There are numerous incidents and alerts involving brittle fractures. As Carbon Steel is cooled,
the impact strength reduces rapidly as the material changes from a ductile to brittle zone making
it less resistant to stresses which are present through implied loads, internal pressure or fluid flow
reaction forces.
API 521[3] highlights a number of risks of brittle fracture:
“Materials exposed to temperatures below the specified minimum design temperature may suffer
permanent damage or brittle failure, depending on the mechanical stresses present in areas
subjected to low temperatures.”
“…particularly if there is a possibility of low-boiling point liquids entering the disposal system.
Autorefrigeration will occur as liquid boils at the reduced pressure. If the equilibrium
temperature is sufficiently low, piping and drums fabricated of materials designed for low
temperature may be required to eliminate the risk of brittle fracture” [3] Section 5.2.2.4.

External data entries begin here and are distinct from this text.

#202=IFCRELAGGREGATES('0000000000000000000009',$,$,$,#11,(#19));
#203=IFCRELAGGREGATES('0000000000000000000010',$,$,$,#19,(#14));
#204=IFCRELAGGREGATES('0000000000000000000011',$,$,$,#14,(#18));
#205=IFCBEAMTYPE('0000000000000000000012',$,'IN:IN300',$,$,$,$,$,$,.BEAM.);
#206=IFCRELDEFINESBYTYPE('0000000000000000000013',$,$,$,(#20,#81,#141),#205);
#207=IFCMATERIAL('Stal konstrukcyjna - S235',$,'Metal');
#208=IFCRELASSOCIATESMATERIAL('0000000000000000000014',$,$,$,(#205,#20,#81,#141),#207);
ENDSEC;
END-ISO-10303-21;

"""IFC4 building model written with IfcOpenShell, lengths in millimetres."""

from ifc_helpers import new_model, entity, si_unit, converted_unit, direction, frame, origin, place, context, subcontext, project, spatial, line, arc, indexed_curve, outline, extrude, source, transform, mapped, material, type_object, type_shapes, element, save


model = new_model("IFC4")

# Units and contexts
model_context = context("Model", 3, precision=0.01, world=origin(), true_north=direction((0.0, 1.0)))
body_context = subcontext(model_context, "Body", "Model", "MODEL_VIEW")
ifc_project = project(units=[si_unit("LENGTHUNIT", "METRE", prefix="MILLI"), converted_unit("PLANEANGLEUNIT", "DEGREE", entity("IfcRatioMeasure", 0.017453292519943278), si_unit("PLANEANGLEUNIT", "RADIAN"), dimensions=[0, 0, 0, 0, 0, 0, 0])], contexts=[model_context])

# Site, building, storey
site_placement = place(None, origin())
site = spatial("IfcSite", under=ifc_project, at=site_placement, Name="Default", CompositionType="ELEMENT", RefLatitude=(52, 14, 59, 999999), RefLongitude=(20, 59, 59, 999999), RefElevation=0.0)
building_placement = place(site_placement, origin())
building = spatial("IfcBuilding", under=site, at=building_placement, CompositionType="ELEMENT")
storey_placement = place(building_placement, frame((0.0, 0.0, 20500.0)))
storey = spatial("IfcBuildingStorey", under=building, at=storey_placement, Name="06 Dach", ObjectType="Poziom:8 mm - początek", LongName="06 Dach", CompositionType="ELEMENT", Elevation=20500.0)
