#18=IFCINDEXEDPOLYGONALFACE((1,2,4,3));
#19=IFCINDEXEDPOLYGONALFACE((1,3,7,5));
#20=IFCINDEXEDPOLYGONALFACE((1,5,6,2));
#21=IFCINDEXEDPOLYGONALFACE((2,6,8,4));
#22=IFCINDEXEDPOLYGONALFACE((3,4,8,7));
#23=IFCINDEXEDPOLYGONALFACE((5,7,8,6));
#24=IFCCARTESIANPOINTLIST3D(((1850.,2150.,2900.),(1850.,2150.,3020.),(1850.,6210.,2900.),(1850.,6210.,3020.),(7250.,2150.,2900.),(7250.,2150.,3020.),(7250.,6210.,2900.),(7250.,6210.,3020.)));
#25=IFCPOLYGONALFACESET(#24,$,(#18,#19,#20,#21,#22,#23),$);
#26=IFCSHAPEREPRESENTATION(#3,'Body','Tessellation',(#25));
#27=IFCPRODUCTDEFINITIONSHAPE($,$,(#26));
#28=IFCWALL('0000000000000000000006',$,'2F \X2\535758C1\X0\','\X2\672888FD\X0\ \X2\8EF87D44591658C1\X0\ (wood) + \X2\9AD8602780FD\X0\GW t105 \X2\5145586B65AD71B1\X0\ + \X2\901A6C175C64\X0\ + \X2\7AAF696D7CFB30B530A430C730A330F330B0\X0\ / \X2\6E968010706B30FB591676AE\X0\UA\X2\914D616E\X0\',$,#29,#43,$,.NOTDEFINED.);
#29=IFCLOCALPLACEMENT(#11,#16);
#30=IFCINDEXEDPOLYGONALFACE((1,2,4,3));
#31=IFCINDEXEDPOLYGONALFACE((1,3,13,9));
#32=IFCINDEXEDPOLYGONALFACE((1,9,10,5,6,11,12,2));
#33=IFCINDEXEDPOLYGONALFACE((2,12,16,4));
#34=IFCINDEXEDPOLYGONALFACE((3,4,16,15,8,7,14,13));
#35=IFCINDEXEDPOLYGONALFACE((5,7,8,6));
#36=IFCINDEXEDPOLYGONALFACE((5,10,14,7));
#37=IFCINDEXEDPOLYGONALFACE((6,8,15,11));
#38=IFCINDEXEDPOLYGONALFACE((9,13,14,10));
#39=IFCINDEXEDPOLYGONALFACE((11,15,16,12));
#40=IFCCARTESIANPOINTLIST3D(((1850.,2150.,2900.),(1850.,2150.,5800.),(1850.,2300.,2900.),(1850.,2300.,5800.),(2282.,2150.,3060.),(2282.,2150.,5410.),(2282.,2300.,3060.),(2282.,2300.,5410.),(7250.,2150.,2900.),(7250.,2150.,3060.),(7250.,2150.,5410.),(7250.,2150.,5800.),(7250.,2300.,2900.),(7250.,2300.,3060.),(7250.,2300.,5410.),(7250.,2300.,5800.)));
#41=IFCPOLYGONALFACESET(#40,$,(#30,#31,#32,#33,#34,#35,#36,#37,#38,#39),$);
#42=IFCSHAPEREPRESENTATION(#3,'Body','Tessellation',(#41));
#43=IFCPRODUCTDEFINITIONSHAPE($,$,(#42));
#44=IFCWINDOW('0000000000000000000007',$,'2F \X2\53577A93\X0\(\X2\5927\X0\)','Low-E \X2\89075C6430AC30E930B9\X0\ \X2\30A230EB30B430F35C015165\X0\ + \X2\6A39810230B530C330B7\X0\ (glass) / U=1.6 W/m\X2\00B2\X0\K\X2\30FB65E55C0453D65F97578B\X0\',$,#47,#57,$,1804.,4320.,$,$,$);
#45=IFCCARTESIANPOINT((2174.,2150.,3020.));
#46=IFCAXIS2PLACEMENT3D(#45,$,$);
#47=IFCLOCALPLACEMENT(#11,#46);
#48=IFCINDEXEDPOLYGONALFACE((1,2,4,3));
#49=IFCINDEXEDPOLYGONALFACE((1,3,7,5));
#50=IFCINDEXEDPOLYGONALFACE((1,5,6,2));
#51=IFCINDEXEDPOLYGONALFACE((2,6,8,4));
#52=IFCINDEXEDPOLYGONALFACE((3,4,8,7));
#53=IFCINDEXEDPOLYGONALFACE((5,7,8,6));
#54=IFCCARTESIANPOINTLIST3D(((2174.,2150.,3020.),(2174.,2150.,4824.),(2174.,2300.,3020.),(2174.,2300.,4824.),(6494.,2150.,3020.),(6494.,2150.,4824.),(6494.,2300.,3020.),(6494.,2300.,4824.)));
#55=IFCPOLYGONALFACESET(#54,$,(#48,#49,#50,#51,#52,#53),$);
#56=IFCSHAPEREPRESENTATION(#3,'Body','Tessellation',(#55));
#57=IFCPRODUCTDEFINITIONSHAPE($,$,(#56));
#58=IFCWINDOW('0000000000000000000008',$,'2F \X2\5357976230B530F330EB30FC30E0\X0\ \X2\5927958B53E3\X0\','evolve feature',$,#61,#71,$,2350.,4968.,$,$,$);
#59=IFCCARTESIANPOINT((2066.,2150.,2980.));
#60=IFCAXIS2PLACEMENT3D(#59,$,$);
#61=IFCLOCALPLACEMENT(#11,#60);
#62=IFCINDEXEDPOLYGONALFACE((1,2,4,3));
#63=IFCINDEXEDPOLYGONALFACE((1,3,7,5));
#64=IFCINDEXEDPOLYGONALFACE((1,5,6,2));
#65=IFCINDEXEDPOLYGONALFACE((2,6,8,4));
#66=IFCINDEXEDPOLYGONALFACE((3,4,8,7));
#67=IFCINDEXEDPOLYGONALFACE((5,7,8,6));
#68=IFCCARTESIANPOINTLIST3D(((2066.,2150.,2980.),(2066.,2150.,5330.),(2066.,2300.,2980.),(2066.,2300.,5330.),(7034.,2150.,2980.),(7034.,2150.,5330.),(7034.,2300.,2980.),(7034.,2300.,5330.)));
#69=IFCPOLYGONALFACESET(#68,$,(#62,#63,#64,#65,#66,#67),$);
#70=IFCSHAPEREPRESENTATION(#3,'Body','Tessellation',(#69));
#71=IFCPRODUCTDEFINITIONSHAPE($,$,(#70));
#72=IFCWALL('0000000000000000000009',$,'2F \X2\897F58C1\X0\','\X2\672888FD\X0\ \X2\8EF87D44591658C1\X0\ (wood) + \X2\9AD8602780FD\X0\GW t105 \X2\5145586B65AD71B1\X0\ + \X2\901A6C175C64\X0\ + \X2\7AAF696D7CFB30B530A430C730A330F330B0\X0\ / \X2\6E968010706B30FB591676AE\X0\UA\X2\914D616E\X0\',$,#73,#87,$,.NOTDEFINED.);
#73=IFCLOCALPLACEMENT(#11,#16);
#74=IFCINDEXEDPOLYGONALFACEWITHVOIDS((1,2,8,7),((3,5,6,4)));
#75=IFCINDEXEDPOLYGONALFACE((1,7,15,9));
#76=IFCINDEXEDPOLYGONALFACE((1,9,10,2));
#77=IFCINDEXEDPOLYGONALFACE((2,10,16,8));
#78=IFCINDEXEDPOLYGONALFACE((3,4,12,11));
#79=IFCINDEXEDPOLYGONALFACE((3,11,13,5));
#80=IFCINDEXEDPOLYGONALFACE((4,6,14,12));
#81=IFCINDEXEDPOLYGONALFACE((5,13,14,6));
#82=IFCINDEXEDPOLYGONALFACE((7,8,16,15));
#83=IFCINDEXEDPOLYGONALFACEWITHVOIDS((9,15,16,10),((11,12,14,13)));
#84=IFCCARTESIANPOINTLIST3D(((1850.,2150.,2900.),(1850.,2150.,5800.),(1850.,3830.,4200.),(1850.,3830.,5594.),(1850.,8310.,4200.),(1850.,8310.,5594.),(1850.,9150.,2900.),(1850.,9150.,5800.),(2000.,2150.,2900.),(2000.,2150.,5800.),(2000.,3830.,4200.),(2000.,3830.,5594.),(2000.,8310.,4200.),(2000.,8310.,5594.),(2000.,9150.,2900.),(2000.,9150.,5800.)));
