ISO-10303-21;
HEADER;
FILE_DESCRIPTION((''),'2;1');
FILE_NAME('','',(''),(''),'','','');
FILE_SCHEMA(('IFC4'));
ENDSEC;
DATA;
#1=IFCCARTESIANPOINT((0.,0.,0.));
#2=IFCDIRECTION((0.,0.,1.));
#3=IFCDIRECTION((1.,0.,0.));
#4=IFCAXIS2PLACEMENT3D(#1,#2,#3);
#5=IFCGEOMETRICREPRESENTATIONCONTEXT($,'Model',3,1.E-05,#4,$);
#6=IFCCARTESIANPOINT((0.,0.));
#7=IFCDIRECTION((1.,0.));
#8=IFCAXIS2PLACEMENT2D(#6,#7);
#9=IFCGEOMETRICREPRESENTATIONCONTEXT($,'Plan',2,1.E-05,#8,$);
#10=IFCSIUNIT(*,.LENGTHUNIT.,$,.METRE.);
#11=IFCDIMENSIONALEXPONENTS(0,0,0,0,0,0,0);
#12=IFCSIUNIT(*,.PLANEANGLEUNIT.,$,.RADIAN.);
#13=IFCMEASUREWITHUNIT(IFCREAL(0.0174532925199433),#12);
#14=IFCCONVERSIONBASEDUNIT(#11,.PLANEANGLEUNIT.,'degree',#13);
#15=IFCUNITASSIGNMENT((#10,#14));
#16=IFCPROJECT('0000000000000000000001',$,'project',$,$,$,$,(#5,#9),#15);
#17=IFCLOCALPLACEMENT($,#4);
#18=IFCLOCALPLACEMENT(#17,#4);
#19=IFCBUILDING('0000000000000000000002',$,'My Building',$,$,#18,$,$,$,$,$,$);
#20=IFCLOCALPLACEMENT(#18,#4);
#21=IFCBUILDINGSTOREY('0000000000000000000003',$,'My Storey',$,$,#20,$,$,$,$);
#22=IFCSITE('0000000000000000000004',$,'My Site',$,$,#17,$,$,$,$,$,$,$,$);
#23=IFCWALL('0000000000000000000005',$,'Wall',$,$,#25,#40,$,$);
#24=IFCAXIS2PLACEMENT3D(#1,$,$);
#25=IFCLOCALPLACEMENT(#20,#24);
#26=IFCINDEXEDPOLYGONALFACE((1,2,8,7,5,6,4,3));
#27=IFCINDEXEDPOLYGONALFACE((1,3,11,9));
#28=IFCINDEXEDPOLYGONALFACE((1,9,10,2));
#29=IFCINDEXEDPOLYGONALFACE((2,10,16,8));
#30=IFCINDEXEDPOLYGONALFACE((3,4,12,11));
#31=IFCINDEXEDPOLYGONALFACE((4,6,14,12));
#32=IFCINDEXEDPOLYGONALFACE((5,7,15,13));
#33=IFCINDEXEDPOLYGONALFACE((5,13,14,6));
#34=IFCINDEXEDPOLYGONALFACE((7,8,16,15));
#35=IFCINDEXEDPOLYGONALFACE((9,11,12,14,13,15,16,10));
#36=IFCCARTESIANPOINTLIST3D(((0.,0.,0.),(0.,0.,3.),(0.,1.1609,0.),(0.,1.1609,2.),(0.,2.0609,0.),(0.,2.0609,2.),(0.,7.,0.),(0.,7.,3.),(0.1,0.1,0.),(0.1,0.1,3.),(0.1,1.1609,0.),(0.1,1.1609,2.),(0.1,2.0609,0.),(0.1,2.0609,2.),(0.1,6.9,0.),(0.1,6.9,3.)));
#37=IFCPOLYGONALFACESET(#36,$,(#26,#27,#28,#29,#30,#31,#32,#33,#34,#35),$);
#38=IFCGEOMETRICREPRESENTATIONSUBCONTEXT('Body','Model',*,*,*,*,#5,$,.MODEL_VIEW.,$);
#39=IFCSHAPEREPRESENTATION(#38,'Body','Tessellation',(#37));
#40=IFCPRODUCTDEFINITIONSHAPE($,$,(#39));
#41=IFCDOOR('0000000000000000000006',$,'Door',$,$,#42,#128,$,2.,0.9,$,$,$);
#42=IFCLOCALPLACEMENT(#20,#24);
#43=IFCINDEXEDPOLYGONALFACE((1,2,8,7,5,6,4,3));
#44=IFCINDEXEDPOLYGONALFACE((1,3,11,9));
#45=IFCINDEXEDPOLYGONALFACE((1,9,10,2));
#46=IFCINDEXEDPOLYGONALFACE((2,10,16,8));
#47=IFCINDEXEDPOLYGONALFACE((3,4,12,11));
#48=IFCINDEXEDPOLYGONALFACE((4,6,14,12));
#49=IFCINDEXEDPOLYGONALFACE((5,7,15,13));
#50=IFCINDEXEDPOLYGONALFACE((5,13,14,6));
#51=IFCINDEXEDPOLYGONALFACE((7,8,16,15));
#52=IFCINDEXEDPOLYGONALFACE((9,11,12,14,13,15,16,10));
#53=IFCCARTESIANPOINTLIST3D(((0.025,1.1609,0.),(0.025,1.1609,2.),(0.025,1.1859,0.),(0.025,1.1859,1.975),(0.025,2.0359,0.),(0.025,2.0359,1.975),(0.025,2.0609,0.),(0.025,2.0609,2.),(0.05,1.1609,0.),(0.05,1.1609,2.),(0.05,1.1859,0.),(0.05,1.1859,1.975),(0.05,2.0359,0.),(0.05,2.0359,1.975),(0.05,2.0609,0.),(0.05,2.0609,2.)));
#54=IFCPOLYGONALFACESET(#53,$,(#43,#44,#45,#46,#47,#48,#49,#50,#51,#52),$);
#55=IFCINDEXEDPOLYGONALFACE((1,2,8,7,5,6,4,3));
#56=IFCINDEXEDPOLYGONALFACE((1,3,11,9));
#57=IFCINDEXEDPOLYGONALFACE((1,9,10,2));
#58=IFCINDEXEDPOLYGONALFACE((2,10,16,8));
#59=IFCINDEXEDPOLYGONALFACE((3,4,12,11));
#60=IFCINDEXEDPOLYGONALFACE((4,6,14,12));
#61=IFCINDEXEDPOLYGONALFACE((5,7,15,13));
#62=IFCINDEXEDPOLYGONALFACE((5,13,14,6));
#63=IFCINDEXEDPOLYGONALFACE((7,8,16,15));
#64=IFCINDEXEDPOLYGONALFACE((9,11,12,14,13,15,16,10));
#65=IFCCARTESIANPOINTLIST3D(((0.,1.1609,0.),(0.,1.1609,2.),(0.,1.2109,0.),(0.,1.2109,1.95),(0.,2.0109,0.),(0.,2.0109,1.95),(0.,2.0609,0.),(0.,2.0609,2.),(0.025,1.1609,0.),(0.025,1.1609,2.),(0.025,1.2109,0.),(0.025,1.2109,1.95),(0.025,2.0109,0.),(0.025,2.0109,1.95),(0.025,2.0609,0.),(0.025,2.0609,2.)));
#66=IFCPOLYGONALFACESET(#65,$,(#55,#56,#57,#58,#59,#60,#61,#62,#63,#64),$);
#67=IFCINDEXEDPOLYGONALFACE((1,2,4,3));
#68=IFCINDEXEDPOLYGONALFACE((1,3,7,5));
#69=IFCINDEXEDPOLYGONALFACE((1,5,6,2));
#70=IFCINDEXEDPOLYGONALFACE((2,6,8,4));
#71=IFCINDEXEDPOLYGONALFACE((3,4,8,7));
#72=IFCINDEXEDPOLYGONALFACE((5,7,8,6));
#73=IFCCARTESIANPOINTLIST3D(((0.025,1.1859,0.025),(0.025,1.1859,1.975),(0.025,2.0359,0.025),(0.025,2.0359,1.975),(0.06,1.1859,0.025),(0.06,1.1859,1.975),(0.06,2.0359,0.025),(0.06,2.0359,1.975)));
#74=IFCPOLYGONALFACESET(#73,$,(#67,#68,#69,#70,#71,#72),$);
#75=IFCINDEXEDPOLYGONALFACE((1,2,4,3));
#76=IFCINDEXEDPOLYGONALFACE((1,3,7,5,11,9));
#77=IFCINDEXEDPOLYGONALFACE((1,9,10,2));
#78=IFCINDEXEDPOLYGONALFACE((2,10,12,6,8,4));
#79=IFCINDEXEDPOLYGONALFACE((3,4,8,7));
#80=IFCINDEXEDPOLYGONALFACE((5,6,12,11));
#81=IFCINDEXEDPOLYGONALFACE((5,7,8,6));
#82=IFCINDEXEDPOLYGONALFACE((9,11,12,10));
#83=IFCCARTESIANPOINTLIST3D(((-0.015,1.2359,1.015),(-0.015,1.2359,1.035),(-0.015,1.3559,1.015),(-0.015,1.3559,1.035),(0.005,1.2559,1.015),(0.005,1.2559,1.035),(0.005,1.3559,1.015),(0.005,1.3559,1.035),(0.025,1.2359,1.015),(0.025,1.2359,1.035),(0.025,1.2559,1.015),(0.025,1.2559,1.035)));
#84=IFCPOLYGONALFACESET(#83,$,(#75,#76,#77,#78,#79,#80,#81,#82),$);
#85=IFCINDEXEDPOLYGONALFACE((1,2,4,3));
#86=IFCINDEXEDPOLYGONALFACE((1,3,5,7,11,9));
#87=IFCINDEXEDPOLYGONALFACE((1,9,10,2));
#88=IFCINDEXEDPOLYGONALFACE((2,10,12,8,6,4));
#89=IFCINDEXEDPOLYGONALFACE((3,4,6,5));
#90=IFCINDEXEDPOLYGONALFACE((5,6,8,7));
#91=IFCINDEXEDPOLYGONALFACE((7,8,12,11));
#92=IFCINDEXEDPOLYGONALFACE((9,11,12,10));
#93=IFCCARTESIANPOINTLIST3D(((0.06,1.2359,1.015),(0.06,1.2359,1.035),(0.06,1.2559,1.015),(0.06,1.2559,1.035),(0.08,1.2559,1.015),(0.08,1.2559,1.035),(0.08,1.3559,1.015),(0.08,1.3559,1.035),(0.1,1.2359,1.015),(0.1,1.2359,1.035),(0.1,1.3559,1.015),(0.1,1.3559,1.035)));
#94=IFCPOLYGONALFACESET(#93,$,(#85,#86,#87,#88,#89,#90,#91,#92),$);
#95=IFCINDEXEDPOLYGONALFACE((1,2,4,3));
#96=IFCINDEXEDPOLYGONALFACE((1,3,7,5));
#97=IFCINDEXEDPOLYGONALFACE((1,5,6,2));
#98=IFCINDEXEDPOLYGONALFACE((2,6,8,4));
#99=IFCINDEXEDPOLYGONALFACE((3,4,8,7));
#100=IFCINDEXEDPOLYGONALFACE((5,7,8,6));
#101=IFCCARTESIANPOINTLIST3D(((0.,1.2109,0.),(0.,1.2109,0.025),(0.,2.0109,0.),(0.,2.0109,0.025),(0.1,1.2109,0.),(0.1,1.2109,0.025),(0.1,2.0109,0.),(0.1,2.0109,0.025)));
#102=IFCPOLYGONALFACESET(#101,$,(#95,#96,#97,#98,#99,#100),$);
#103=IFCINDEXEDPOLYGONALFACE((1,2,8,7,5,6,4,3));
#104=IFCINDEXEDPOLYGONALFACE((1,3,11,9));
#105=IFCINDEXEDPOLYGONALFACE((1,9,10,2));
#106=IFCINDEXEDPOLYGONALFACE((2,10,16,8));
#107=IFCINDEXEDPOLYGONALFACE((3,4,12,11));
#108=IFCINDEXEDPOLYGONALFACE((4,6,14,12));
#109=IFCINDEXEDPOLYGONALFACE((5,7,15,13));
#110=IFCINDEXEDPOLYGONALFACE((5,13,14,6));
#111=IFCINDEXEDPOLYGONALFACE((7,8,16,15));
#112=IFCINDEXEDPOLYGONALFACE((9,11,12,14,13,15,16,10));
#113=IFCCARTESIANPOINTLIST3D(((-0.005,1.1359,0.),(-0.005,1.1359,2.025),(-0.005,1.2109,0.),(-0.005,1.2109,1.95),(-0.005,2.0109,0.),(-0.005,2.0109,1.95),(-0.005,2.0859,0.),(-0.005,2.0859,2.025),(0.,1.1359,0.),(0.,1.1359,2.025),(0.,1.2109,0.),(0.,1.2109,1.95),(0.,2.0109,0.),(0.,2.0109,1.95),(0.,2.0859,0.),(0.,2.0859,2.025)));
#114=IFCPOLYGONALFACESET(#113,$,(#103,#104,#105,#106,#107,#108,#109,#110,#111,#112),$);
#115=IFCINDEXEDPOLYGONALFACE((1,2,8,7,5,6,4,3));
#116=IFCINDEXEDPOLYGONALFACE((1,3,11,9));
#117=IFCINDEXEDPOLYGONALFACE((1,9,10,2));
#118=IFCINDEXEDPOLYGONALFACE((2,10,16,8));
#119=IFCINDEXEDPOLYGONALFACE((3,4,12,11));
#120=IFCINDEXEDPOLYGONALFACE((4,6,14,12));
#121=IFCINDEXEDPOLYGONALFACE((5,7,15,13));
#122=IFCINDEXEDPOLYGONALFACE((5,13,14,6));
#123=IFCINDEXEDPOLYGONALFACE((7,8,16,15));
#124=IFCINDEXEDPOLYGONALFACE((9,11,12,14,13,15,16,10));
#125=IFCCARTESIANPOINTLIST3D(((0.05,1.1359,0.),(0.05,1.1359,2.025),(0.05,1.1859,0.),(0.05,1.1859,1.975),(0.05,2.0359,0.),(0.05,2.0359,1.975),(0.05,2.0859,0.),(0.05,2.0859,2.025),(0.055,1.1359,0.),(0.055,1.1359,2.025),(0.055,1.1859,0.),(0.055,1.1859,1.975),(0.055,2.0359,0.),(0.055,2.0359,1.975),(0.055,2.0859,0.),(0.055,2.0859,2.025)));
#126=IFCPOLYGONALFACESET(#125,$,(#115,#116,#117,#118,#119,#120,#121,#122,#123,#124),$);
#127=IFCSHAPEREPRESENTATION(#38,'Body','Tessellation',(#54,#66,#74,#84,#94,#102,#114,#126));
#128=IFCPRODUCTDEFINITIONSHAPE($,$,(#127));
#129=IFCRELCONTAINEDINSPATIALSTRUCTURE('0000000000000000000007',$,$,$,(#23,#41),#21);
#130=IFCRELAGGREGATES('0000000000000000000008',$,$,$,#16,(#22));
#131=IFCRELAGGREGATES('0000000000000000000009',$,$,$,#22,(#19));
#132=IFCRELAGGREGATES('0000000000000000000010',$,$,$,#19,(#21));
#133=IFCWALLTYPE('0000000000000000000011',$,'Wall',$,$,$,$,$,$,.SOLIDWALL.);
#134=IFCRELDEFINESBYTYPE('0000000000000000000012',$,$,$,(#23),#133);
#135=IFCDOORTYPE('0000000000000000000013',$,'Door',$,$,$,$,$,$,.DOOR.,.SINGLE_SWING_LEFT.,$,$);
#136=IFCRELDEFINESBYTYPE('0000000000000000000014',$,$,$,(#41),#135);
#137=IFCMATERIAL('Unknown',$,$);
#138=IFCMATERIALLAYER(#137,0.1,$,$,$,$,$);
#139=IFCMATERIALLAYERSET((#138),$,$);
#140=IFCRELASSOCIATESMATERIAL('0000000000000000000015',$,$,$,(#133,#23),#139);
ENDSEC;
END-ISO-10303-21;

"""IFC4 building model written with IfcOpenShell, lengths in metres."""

from ifc_helpers import new_model, entity, si_unit, converted_unit, frame, origin_with_axes, origin_2d_with_axis, place, context, subcontext, project, spatial, line, indexed_curve, outline, extrude, shape, source, transform, mapped, material, layer, layer_set, layer_usage, type_object, type_shapes, element, fill, save


model = new_model("IFC4")

# Units and contexts
model_context = context("Model", 3, precision=1e-05, world=origin_with_axes())
plan_context = context("Plan", 2, precision=1e-05, world=origin_2d_with_axis())
body_context_1 = subcontext(model_context, "Body", "Model", "MODEL_VIEW")
body_context_2 = subcontext(plan_context, "Body", "Plan", "PLAN_VIEW")
ifc_project = project(units=[si_unit("LENGTHUNIT", "METRE"), converted_unit("PLANEANGLEUNIT", "degree", entity("IfcReal", 0.0174532925199433), si_unit("PLANEANGLEUNIT", "RADIAN"), dimensions=[0, 0, 0, 0, 0, 0, 0])], contexts=[model_context, plan_context])

# Site, building, storey
site_placement = place(None, origin_with_axes())
site = spatial("IfcSite", under=ifc_project, at=site_placement, Name="My Site")
building_placement = place(site_placement, origin_with_axes())
building = spatial("IfcBuilding", under=site, at=building_placement, Name="My Building")
storey_placement = place(building_placement, origin_with_axes())
storey = spatial("IfcBuildingStorey", under=building, at=storey_placement, Name="My Storey")

# Shared definitions
ifc_material = material(Name="Unknown")

# Shared definitions
ifc_layer_1 = layer(ifc_material, 0.1)
ifc_layer_set_1 = layer_set([ifc_layer_1])
wall_type = type_object("IfcWallType", Name="Wall", PredefinedType="SOLIDWALL", material=ifc_layer_set_1)
shared_shape_1 = source(origin_with_axes(), body_context_1, "Body", "SweptSolid", [
    extrude(outline(indexed_curve([(0.0, 0.0), (0.9, 0.0), (0.9, 2.0), (0.0, 2.0)], segments=[line(1, 2, 3, 4, 1)])), frame((0.0, -0.6, 0.0), z_axis=(0.0, -1.0, 0.0), x_axis=(1.0, 0.0, 0.0)), (0.0, 0.0, -1.0), 1.2),
])
door_type = type_object("IfcDoorType", Name="Door", OperationType="SINGLE_SWING_LEFT", PredefinedType="DOOR")
shared_shape_2 = source(origin_with_axes(), body_context_1, "Body", "SweptSolid", [
    extrude(outline(indexed_curve([(0.0, 0.0), (0.0, 2.0), (0.9, 2.0), (0.9, 0.0), (0.875, 0.0), (0.875, 1.975), (0.025, 1.975), (0.025, 0.0)], segments=[line(1, 2, 3, 4, 5, 6, 7, 8, 1)])), frame((0.0, 0.025, 0.0), z_axis=(0.0, -1.0, 0.0), x_axis=(1.0, 0.0, 0.0)), (0.0, 0.0, -1.0), 0.025),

Whilst this is invariably the root cause of the Westlake incident, it is also important to consider
non-equilibrium processes occurring during gas depressuring
Gas depressuring systems are essential for protecting vessels from failure during fire events, and
to minimize the consequences of a loss of containment by removing inventory safely to a flare
system. However the phenomenon of liquids condensing as pressure is reduced and then re-
evaporating in combination with the Joule-Thomson temperature reduction, is often overlooked
by conventional design approaches. This is now recognized in the new edition of the API 521
standard [3].
3.3 Application of Dynamic Simulation
Research into depressuring of vessels by M.A Haque et Al [4] indicated the phenomenon that the
gas cooled the vessel surfaces far less than the surfaces where liquids accumulated and
evaporated. As can be seen from figure 3, where there is liquid, the wall temperature can be as
much as 40°C lower than the gas temperature.
Furthermore, conventional approaches to simulation which do not model the non-equilibrium
processes were shown to be highly inaccurate. In the case of gas depressuring, they were
generally conservative however where liquids were present, highly in-accurate.
Figure 3 Experimental data showing wall temperatures for the depressuring of process
vessels compared with conventional equilibrium simulation approaches.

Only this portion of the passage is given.